DIRECTIONS: Copy every line of the data in which the word "IFCPOLYLINE" occurs.

Entries taken from a collection
++++++++
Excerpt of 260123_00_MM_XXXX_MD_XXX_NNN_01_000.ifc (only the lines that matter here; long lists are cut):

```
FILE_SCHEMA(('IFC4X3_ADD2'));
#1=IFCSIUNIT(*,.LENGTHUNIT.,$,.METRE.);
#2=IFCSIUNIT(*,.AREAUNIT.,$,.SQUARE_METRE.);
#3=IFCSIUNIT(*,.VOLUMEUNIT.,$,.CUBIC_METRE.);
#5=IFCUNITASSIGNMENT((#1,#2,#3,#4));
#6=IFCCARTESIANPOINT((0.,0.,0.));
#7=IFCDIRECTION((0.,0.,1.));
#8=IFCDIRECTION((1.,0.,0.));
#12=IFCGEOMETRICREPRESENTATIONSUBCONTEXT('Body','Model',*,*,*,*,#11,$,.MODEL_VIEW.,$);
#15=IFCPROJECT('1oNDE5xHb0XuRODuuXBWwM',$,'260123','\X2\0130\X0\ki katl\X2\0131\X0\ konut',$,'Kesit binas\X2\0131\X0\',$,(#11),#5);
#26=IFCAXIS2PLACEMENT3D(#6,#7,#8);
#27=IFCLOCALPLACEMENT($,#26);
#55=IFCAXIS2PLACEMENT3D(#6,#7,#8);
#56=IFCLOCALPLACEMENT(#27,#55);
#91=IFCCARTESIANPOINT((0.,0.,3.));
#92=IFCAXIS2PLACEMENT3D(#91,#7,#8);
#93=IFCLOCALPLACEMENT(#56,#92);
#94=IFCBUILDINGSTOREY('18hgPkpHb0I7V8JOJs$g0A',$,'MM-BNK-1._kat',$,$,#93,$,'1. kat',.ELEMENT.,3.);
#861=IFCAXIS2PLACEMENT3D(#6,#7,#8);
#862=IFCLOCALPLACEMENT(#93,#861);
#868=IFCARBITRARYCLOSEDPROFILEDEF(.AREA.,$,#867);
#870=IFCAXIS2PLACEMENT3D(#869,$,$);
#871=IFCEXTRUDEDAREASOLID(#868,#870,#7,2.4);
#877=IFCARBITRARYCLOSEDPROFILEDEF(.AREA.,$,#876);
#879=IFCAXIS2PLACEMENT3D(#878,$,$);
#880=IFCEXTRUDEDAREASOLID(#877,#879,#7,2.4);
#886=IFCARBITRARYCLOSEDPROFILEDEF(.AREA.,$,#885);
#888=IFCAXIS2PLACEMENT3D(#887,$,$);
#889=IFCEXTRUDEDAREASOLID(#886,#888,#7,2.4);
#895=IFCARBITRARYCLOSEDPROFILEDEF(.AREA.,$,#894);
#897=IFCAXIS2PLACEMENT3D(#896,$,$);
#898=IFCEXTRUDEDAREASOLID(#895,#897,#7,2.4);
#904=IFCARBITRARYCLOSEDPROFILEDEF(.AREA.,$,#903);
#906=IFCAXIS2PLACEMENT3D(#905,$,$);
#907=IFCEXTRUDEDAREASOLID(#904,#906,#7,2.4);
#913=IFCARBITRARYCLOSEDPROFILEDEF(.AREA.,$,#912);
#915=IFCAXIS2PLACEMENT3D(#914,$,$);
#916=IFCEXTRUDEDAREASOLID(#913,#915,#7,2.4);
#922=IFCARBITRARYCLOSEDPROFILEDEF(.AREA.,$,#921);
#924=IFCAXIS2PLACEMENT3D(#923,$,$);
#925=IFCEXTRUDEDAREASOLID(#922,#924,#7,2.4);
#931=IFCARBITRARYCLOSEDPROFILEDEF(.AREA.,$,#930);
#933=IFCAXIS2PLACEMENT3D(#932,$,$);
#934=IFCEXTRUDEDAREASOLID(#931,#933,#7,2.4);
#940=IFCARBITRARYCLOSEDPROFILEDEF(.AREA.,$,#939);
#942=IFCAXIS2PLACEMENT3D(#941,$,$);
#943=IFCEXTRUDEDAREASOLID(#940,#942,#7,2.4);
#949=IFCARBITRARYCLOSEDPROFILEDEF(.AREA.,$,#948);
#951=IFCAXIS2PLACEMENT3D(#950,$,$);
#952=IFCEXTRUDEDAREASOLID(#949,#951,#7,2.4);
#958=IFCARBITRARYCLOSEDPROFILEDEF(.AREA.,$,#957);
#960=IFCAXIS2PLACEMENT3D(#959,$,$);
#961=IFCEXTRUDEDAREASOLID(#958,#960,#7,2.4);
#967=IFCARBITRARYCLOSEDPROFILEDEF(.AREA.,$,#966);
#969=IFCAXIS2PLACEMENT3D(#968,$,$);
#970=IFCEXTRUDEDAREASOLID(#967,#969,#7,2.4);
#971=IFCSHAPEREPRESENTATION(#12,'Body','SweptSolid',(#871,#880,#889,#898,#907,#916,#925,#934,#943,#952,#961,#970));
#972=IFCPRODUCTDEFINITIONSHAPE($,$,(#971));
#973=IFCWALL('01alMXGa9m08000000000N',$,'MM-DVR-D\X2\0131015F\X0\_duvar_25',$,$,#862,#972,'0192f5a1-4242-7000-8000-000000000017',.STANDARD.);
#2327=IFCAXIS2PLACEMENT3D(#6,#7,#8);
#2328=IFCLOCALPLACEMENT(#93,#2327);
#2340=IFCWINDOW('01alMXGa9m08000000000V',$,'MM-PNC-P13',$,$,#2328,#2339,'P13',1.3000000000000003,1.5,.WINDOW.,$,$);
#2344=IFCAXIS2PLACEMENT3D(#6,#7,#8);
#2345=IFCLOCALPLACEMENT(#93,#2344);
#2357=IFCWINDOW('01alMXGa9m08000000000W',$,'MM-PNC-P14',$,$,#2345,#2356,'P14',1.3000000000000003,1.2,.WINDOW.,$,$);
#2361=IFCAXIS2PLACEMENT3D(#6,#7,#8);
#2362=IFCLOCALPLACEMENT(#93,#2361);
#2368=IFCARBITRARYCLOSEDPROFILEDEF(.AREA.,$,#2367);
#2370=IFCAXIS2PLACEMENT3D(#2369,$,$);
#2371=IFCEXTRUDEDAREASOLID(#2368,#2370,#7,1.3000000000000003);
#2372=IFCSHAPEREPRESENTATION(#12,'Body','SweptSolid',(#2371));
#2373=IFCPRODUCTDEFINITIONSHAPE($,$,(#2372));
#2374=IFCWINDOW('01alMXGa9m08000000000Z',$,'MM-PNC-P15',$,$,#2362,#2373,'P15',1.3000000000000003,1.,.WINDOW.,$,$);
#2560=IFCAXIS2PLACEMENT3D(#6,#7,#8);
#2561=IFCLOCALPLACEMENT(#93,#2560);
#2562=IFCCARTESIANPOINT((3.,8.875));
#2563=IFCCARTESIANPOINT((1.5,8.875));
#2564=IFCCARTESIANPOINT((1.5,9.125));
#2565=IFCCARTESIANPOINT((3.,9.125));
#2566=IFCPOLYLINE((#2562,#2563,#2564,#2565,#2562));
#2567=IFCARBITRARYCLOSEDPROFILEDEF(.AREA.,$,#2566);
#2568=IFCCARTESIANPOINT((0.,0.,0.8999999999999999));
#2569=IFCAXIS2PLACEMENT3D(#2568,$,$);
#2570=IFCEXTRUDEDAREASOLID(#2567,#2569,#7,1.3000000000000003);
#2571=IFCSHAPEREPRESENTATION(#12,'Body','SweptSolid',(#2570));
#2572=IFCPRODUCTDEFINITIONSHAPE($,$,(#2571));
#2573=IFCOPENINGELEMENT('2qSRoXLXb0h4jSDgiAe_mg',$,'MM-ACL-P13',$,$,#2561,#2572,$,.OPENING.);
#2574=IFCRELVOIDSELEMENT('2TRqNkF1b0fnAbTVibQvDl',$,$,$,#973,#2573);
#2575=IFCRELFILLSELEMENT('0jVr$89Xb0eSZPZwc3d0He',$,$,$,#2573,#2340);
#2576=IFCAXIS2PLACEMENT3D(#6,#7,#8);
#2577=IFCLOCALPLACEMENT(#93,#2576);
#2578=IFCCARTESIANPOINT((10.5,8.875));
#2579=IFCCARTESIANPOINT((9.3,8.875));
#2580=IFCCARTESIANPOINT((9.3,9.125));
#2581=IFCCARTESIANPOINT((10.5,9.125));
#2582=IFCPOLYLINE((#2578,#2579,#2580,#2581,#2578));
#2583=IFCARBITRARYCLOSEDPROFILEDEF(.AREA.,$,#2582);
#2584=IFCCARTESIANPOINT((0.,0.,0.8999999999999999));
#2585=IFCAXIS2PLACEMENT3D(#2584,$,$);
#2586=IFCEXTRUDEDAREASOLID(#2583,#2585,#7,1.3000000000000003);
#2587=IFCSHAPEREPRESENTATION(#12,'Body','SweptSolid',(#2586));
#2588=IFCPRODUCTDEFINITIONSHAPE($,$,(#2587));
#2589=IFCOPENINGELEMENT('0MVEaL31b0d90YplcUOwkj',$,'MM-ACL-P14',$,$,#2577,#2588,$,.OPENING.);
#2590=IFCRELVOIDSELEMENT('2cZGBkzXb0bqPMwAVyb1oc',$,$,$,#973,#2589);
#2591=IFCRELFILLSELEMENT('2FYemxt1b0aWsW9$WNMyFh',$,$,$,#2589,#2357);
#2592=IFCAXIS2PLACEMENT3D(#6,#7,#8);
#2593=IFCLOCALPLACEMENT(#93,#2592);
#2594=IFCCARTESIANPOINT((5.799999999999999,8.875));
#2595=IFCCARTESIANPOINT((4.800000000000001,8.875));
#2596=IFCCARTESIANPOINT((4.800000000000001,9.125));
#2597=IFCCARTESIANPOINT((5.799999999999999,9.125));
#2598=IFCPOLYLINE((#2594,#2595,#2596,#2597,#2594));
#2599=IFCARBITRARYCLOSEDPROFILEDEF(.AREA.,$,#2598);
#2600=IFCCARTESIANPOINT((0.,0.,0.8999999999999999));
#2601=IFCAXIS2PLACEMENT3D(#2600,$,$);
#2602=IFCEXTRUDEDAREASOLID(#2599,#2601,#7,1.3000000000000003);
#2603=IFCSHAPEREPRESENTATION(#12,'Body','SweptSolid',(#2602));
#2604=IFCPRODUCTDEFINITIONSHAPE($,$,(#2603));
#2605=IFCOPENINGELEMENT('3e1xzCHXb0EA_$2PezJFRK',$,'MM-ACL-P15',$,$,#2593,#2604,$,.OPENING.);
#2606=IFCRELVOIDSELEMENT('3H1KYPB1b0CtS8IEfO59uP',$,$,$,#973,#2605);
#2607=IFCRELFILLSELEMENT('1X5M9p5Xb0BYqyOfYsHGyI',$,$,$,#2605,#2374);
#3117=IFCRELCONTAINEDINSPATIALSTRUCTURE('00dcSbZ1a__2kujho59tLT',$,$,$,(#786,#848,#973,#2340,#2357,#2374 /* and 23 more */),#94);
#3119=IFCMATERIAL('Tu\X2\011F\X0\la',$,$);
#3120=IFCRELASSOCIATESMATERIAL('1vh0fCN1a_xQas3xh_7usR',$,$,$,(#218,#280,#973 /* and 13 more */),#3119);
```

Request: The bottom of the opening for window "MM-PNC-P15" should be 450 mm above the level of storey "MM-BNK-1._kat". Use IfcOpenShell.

```python
import numpy as np
import ifcopenshell
import ifcopenshell.api.geometry
import ifcopenshell.geom
import ifcopenshell.util.element
import ifcopenshell.util.placement
import ifcopenshell.util.shape
import ifcopenshell.util.unit

model = ifcopenshell.open("260123_00_MM_XXXX_MD_XXX_NNN_01_000.ifc")
unit_scale = ifcopenshell.util.unit.calculate_unit_scale(model)

window = model.by_id(2374)
opening = window.FillsVoids[0].RelatingOpeningElement
storey = ifcopenshell.util.element.get_container(window, ifc_class="IfcBuildingStorey")
level = ifcopenshell.util.placement.get_local_placement(storey.ObjectPlacement)[2, 3]

# The opening's origin need not be at the sill, so measure its lowest point.
shape = ifcopenshell.geom.create_shape(ifcopenshell.geom.settings(), opening)
bottom = ifcopenshell.util.shape.get_shape_bottom_elevation(shape, shape.geometry) / unit_scale
dz = level + 0.45 / unit_scale - bottom

shift = np.array([0.0, 0.0, dz])
# The window is not placed relative to its opening, so move both.
for product in (opening, window):
    matrix = ifcopenshell.util.placement.get_local_placement(product.ObjectPlacement)
    matrix[:3, 3] += shift
    ifcopenshell.api.geometry.edit_object_placement(model, product=product, matrix=matrix, is_si=False)

print(f"moved by {dz * unit_scale:+.3f} m")

model.write("260123_00_MM_XXXX_MD_XXX_NNN_01_000_updated.ifc")
```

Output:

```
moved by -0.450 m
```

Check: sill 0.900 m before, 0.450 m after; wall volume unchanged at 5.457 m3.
++++++++
EXERCISE RESULT:
#2566=IFCPOLYLINE((#2562,#2563,#2564,#2565,#2562));
#2582=IFCPOLYLINE((#2578,#2579,#2580,#2581,#2578));
#2598=IFCPOLYLINE((#2594,#2595,#2596,#2597,#2594));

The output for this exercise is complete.